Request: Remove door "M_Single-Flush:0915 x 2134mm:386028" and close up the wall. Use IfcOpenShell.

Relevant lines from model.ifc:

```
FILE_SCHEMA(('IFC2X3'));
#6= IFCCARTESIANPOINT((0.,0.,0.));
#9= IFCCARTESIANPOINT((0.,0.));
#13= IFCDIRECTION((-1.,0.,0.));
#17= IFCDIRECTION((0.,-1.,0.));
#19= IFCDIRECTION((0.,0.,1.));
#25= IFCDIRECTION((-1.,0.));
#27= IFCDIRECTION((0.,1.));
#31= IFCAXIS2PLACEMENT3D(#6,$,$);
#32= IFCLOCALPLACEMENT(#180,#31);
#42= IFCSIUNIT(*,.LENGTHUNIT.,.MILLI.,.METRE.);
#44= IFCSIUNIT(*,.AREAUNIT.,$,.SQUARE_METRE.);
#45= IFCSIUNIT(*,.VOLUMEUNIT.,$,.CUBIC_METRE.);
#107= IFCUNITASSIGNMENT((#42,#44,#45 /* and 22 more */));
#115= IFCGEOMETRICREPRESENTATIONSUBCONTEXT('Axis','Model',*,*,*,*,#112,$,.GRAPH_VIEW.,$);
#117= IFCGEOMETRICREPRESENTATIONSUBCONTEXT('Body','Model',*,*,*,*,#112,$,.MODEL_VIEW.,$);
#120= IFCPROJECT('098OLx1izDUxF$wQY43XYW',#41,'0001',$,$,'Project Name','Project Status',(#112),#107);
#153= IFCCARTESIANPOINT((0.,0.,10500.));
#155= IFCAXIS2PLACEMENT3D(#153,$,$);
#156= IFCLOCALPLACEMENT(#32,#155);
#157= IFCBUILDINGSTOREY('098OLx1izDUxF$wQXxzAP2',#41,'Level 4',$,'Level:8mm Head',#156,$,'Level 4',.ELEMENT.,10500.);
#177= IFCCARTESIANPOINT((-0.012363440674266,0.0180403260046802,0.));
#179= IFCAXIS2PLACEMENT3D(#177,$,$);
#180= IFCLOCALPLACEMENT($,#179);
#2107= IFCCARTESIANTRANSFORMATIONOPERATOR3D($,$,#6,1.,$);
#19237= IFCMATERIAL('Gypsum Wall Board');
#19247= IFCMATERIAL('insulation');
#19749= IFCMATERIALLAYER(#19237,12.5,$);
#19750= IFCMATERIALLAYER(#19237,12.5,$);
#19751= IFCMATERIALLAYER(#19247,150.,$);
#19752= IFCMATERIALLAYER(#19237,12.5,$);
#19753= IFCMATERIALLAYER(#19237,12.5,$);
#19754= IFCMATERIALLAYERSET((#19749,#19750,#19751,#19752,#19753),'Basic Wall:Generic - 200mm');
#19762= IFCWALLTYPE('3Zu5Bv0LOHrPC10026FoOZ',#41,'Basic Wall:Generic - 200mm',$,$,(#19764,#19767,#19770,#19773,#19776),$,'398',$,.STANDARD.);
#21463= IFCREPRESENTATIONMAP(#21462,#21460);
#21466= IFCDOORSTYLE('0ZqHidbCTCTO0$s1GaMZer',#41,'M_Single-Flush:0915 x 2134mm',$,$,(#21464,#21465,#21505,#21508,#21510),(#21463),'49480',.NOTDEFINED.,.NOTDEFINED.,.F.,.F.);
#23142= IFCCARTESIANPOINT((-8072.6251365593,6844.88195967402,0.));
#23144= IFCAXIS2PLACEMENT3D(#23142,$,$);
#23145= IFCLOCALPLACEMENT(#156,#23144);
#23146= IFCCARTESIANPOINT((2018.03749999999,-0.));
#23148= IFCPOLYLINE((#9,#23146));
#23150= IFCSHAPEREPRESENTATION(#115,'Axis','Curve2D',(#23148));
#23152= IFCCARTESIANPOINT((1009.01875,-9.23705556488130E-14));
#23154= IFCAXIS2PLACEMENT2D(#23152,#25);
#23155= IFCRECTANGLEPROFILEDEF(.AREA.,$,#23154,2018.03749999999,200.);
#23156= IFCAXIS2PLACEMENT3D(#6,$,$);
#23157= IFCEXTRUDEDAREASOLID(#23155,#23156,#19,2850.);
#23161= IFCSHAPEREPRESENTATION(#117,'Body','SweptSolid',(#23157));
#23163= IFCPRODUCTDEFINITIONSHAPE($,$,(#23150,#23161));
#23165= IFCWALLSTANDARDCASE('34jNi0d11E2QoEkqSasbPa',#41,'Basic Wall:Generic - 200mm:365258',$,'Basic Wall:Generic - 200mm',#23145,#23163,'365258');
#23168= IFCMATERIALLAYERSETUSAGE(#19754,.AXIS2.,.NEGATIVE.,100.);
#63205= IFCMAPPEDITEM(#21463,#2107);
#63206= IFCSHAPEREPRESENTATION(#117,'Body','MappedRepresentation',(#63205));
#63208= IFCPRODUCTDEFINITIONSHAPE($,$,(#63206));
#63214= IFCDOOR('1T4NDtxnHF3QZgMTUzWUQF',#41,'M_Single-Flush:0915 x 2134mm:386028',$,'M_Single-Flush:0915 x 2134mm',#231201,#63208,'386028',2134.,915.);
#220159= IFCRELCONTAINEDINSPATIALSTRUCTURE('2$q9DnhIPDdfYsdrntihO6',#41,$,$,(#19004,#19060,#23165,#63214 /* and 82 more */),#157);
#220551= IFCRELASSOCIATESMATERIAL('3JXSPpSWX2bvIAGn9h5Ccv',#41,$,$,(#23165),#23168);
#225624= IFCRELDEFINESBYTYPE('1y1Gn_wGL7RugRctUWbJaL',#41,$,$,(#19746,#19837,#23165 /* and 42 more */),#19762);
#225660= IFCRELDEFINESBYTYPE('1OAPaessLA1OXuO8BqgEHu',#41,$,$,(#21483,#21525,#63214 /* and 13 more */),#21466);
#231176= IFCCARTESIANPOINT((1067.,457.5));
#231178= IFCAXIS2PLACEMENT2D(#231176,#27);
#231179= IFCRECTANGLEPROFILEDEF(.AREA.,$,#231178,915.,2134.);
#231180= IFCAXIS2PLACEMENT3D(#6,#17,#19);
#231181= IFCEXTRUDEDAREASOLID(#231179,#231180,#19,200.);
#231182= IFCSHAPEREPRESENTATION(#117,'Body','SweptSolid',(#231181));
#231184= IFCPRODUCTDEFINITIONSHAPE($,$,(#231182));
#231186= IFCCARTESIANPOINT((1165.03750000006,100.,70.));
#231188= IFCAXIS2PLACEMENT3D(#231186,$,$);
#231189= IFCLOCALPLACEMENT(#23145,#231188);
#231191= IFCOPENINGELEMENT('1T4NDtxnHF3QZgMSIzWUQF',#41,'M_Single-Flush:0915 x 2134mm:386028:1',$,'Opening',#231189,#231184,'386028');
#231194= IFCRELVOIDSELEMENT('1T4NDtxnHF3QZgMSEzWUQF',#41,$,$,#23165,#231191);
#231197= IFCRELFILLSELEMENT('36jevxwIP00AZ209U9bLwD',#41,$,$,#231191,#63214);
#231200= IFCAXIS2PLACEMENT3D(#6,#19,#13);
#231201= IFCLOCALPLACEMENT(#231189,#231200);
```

```python
import ifcopenshell
import ifcopenshell.api.feature
import ifcopenshell.api.root
import ifcopenshell.geom
import ifcopenshell.util.shape

model = ifcopenshell.open("model.ifc")
settings = ifcopenshell.geom.settings()


def volume(element):
    """Net volume in cubic metres, openings subtracted."""
    shape = ifcopenshell.geom.create_shape(settings, element)
    return ifcopenshell.util.shape.get_volume(shape.geometry)


door = model.by_guid("1T4NDtxnHF3QZgMTUzWUQF")
opening = door.FillsVoids[0].RelatingOpeningElement
wall = opening.VoidsElements[0].RelatingBuildingElement
before = volume(wall)

ifcopenshell.api.root.remove_product(model, product=door)
ifcopenshell.api.feature.remove_feature(model, feature=opening)

after = volume(wall)

print(f"wall volume {before:.3f} -> {after:.3f} m3")

model.write("model-out.ifc")
```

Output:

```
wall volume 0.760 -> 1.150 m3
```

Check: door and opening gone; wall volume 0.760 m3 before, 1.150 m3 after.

■ ■ ■ ■ ■

### What needs to be done:
Only lines with the word "Body" go in the answer. Take them all from the entries above.

### Expected answer:
#117= IFCGEOMETRICREPRESENTATIONSUBCONTEXT('Body','Model',*,*,*,*,#112,$,.MODEL_VIEW.,$);
#23161= IFCSHAPEREPRESENTATION(#117,'Body','SweptSolid',(#23157));
#63206= IFCSHAPEREPRESENTATION(#117,'Body','MappedRepresentation',(#63205));
#231182= IFCSHAPEREPRESENTATION(#117,'Body','SweptSolid',(#231181));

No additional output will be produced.